The Studio Session, Critique of the Law, was triple framed: first by John Comaroff’s morning talk (see below), then by Achille’s recalling the four doors of intellectual encounter through the JWTC, focusing on the studio sessions as more informal conversational times, and finally by our two co-chairs Julia Hornberger and Kelly Gillespie. Kelly and Julia posed questions along the lines of (1) What does it mean to carry on struggle in post-apartheid SA when political space has been saturated by the law; how do we engage the law critically and strategically? How do we not be abject before the law? And (2) for proper critique, we need to be first recognizing the enchanting and conjuring power of law in SA. In particular, the powerful negative apartheid past in SA animates the role of the Constitution; because of the undisputed injustice of the regime, the image of the Constitution is as a means to a radical political project. (In a legal jurisprudential key, see for instance the past and current South African Journal on Human Rights work of Dennis Davis and Karl Klare on this theme of transformation).
The morning had indeed been John Comaroff’s two hour talk, focusing largely but not entirely on constitutionalism and the judicialization of politics. That’s not the subject of this post but did provide the background to the afternoon session on the Critique of the Law. Supported by scholars such as Charles Taylor and South Africa’s own Martin Chanock, John seemed sympathetic to the view that legality was increasingly significant as a form of neo-liberal governance. Noting David Schniederman and South Africa’s own Heinz Klug analysis of a movement from a classic to a neo-liberal frame of constitutional design, John noted how the judicial has taken power by contrast to the bureaucratic and the parliamentary and how group rights have been constitutionalized only as aggregates of individuals.

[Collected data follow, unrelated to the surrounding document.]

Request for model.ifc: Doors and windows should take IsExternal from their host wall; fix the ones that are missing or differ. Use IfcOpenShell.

First a look at what the model holds.

```python
import ifcopenshell
import ifcopenshell.util.element

model = ifcopenshell.open("model.ifc")
print(model.schema)
seen = {}
for e in model.by_type("IfcDoor") + model.by_type("IfcWindow"):
    if not e.FillsVoids:
        continue
    host = e.FillsVoids[0].RelatingOpeningElement.VoidsElements[0].RelatingBuildingElement
    own = ifcopenshell.util.element.get_pset(e, f"Pset_{e.is_a()[3:].removesuffix('StandardCase')}Common", "IsExternal")
    wall = ifcopenshell.util.element.get_pset(host, "Pset_WallCommon", "IsExternal")
    seen[e.is_a(), own, wall] = seen.get((e.is_a(), own, wall), 0) + 1
for (cls, own, wall), count in sorted(seen.items(), key=str):
    print(count, cls, "IsExternal:", own, "| host wall:", wall)
```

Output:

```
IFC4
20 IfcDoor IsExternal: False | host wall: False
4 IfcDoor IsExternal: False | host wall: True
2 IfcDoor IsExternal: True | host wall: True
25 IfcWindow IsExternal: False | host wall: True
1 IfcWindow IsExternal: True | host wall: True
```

```python
import ifcopenshell
import ifcopenshell.api.pset
import ifcopenshell.util.element

model = ifcopenshell.open("model.ifc")

count = 0
for ifc_class, pset_name in (("IfcDoor", "Pset_DoorCommon"), ("IfcWindow", "Pset_WindowCommon")):
    for e in model.by_type(ifc_class):
        if not e.FillsVoids:
            continue
        host = e.FillsVoids[0].RelatingOpeningElement.VoidsElements[0].RelatingBuildingElement
        external = ifcopenshell.util.element.get_pset(host, "Pset_WallCommon", "IsExternal")
        if external is None or ifcopenshell.util.element.get_pset(e, pset_name, "IsExternal") == external:
            continue
        pset = ifcopenshell.api.pset.add_pset(model, product=e, name=pset_name)
        ifcopenshell.api.pset.edit_pset(model, pset=pset, properties={"IsExternal": external})
        count += 1

print(count, "updated")

model.write("model_updated.ifc")
```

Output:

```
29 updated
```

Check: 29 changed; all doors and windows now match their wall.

The contrast to this studio session was real and intended: three inputs by self-professed activists – indeed of three different varieties: an academic/activist, a guerilla academic, and an organizational strategist for gay and lesbian rights. Jackie Dugard told us that law is a backup where politics has failed. While she was unrelentingly self-critical and institutionally modest, her water rights litigation nonetheless looks set to change some important policy at its Constitutional Court hearing in September. Hers was the perspective of the self-described human rights lawyer, but one who seeks to and does work with social movements. Dale McKinley, expelled from the Communist party for trying to be a communist, was explicitly utilitarian in his view of the law. It’s there; don’t debate, use it. Indeed, if those damn civil rights lawyers (not you Jackie) would just be willing to help me and my APF colleagues out on our criminal transgressions (see John for the dynamic of pushing the political into the criminal space) we would be happy to use them more. Phumi Mthetwa also was self-critical – recognizing that the gains on gay and lesbian rights were won by a small group of activists and not a social movement, and certainly not, as would be currently desired, with appropriate class analysis and alliances.

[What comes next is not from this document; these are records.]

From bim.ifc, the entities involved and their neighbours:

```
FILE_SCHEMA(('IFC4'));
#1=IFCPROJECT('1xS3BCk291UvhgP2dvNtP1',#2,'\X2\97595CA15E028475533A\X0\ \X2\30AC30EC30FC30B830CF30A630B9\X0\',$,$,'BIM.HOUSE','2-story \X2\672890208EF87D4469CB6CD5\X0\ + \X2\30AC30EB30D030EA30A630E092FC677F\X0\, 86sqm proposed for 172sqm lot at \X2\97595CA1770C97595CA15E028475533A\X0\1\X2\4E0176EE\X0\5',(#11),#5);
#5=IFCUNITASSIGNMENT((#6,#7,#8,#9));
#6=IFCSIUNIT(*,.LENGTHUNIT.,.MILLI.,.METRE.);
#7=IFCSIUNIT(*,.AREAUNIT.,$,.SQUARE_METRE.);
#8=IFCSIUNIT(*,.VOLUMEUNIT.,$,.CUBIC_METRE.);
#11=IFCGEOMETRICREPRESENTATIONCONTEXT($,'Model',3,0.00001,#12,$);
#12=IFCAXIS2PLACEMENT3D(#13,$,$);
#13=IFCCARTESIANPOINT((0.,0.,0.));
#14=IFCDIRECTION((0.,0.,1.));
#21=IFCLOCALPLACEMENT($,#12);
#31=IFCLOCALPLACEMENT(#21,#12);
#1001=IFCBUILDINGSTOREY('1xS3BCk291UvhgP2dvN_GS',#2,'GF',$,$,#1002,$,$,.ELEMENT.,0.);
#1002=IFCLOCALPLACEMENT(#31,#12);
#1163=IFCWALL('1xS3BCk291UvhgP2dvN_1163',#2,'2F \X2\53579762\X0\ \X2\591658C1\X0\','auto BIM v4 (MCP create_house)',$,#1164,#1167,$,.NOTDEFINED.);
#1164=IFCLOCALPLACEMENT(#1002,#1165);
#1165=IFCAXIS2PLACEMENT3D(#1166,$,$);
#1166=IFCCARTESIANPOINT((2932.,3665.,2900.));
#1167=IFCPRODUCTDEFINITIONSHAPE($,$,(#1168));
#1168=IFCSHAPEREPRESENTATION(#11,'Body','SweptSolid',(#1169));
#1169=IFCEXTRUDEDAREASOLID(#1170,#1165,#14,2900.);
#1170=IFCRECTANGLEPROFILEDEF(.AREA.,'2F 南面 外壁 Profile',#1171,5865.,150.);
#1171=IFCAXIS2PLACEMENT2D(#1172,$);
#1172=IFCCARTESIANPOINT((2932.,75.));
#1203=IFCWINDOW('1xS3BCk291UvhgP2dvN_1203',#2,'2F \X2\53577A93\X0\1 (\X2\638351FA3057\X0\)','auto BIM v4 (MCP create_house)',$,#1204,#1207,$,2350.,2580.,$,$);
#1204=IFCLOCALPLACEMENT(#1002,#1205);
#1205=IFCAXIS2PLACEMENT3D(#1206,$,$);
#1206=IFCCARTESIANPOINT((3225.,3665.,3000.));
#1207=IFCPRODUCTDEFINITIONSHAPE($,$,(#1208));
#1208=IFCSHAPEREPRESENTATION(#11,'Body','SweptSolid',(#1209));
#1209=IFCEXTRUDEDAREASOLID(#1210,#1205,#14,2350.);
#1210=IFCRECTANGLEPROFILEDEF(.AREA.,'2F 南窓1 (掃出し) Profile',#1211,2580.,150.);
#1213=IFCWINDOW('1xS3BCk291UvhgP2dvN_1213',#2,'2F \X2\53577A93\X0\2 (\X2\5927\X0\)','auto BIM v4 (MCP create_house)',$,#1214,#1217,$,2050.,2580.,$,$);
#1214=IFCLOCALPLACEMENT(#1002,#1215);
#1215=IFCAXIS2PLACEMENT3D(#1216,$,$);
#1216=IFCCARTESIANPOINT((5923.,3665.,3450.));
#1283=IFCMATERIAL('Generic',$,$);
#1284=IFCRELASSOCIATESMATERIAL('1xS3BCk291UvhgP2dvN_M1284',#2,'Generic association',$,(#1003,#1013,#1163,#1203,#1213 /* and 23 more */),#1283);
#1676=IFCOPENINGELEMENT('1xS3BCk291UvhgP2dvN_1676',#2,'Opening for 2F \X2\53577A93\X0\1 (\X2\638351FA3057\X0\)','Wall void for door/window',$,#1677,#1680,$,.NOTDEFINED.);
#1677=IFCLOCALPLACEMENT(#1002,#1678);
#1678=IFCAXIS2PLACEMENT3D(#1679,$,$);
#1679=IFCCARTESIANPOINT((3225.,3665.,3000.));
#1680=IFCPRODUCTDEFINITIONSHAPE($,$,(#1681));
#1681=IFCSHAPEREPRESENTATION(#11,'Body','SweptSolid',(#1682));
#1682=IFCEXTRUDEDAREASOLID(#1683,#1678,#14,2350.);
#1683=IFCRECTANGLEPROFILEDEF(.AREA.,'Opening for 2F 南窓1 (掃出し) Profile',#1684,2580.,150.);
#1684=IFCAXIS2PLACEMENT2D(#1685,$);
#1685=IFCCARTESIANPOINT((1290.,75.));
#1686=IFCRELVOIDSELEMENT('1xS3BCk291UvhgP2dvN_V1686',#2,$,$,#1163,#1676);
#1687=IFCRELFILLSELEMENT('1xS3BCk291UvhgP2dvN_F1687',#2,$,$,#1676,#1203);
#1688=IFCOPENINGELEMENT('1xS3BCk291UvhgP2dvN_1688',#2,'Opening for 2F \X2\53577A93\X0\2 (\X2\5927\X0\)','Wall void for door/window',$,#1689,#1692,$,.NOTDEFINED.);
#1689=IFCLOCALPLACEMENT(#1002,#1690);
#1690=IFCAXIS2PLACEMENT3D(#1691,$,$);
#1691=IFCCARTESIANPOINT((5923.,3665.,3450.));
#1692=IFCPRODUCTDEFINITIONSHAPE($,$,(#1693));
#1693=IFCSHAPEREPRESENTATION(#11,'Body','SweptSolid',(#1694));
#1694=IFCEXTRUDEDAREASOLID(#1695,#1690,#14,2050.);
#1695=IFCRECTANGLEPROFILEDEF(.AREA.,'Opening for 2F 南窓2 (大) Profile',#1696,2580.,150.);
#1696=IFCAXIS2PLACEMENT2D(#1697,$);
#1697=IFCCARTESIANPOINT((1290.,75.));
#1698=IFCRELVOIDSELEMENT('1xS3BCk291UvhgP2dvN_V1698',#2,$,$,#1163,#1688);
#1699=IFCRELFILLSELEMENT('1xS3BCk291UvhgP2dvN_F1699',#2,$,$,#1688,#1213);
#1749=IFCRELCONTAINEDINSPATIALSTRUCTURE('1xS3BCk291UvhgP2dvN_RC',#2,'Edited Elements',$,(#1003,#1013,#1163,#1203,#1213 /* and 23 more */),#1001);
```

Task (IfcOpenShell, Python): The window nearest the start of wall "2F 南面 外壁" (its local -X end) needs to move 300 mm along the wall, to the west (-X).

```python
import ifcopenshell
import ifcopenshell.api.geometry
import ifcopenshell.util.placement

model = ifcopenshell.open("bim.ifc")

window = model.by_guid("1xS3BCk291UvhgP2dvN_1203")
opening = window.FillsVoids[0].RelatingOpeningElement
wall = opening.VoidsElements[0].RelatingBuildingElement

wall_matrix = ifcopenshell.util.placement.get_local_placement(wall.ObjectPlacement)
shift = wall_matrix[:3, 0] * -300.0
before = ifcopenshell.util.placement.get_local_placement(window.ObjectPlacement)[:3, 3].copy()

# The window is not placed relative to its opening, so move both.
for product in (opening, window):
    matrix = ifcopenshell.util.placement.get_local_placement(product.ObjectPlacement)
    matrix[:3, 3] += shift
    ifcopenshell.api.geometry.edit_object_placement(model, product=product, matrix=matrix, is_si=False)

after = ifcopenshell.util.placement.get_local_placement(window.ObjectPlacement)[:3, 3]
print("window moved by", (after - before).round(3) + 0.0)

model.write("bim_v2.ifc")
```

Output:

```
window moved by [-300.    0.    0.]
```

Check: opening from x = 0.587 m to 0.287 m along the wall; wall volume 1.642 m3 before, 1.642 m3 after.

One similarity (but yet different) with John’s morning talk was around access to justice. For John, this was the issue of standing – how groups become aggregates of individuals or otherwise have their identities transformed through and in the legal/juridical encounter (broadly understood). For these three activists, access to justice was not enough money, lawyers, time, court attention, and other organizational resources. I’ve heard Jackie speak elsewhere on the dilemmas of litigating for those who are precisely not the poorest of the poor but that angle did not come out here. (See J Dugard in Part 3 of the South African Journal on Human Rights for her story of the Phiri water rights campaign thus far.)

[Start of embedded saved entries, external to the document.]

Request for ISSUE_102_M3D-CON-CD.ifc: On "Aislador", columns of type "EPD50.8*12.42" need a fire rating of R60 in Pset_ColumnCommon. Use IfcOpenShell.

First a look at what the model holds.

```python
import ifcopenshell
import ifcopenshell.util.element

model = ifcopenshell.open("ISSUE_102_M3D-CON-CD.ifc")
print(model.schema)
storey = next(s for s in model.by_type("IfcBuildingStorey") if s.Name == "Aislador")
columns = [e for e in ifcopenshell.util.element.get_decomposition(storey) if e.is_a("IfcColumn")]
seen = {}
for e in columns:
    element_type = ifcopenshell.util.element.get_type(e)
    key = (element_type.Name if element_type != e and element_type else None, ifcopenshell.util.element.get_pset(e, "Pset_ColumnCommon", "FireRating"))
    seen[key] = seen.get(key, 0) + 1
for (name, value), count in sorted(seen.items(), key=str):
    print(count, "x", name, "|", value)
```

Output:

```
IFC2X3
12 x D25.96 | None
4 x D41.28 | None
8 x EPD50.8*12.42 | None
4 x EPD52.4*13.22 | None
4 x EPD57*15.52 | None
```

```python
import ifcopenshell
import ifcopenshell.api.pset
import ifcopenshell.util.element

model = ifcopenshell.open("ISSUE_102_M3D-CON-CD.ifc")

storey = next(s for s in model.by_type("IfcBuildingStorey") if s.Name == "Aislador")
columns = [e for e in ifcopenshell.util.element.get_decomposition(storey) if e.is_a("IfcColumn")]

count = 0
for e in columns:
    element_type = ifcopenshell.util.element.get_type(e)
    if element_type in (None, e) or element_type.Name != "EPD50.8*12.42":
        continue
    found = ifcopenshell.util.element.get_pset(e, "Pset_ColumnCommon", should_inherit=False)
    if found:
        pset = model.by_id(found["id"])
        if len(ifcopenshell.util.element.get_elements_by_pset(pset)) > 1:
            pset = ifcopenshell.api.pset.unshare_pset(model, products=[e], pset=pset)[0]
    else:
        pset = ifcopenshell.api.pset.add_pset(model, product=e, name="Pset_ColumnCommon")
    ifcopenshell.api.pset.edit_pset(model, pset=pset, properties={"FireRating": "R60"})
    count += 1

print(count, "columns updated")

model.write("ISSUE_102_M3D-CON-CD_v2.ifc")
```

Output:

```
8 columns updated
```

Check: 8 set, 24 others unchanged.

One difference (but yet similar) was the local versus global framing. While he is not that beast, John could almost not help but at times sound like a comparative constitutional lawyer – the sheer volume of doctrinal holdings dispensed was enormous. On the other hand, apart from some backgrounding by Jackie, the afternoon sessions had little doctrine and moreover became explicitly anti-comparative constitutionalist. In response to a question about Kenya looking South for guidance, Jackie and Dale both advised against borrowing from South African legal models, at least with respect to the TRC. (Indeed, the Kenyan version will be the TRJ(for Justice)C). Phumi was silent on that one, perhaps implicitly approving some borrowing.
I came away wondering whether rights campaigning (think CALS, think TAC, think Khulamani) in the courts (think SA, think NYC) was indeed becoming or has already become the base narrative of legitimacy for transformation in our current juridified global politics. It is much easier to imagine a win in a New York City court for a Nigerian case than it is to imagine an election linking those two locations. In order to pursue emancipatory politics, it is important to have a good story to tell and a successful rights case is a good story.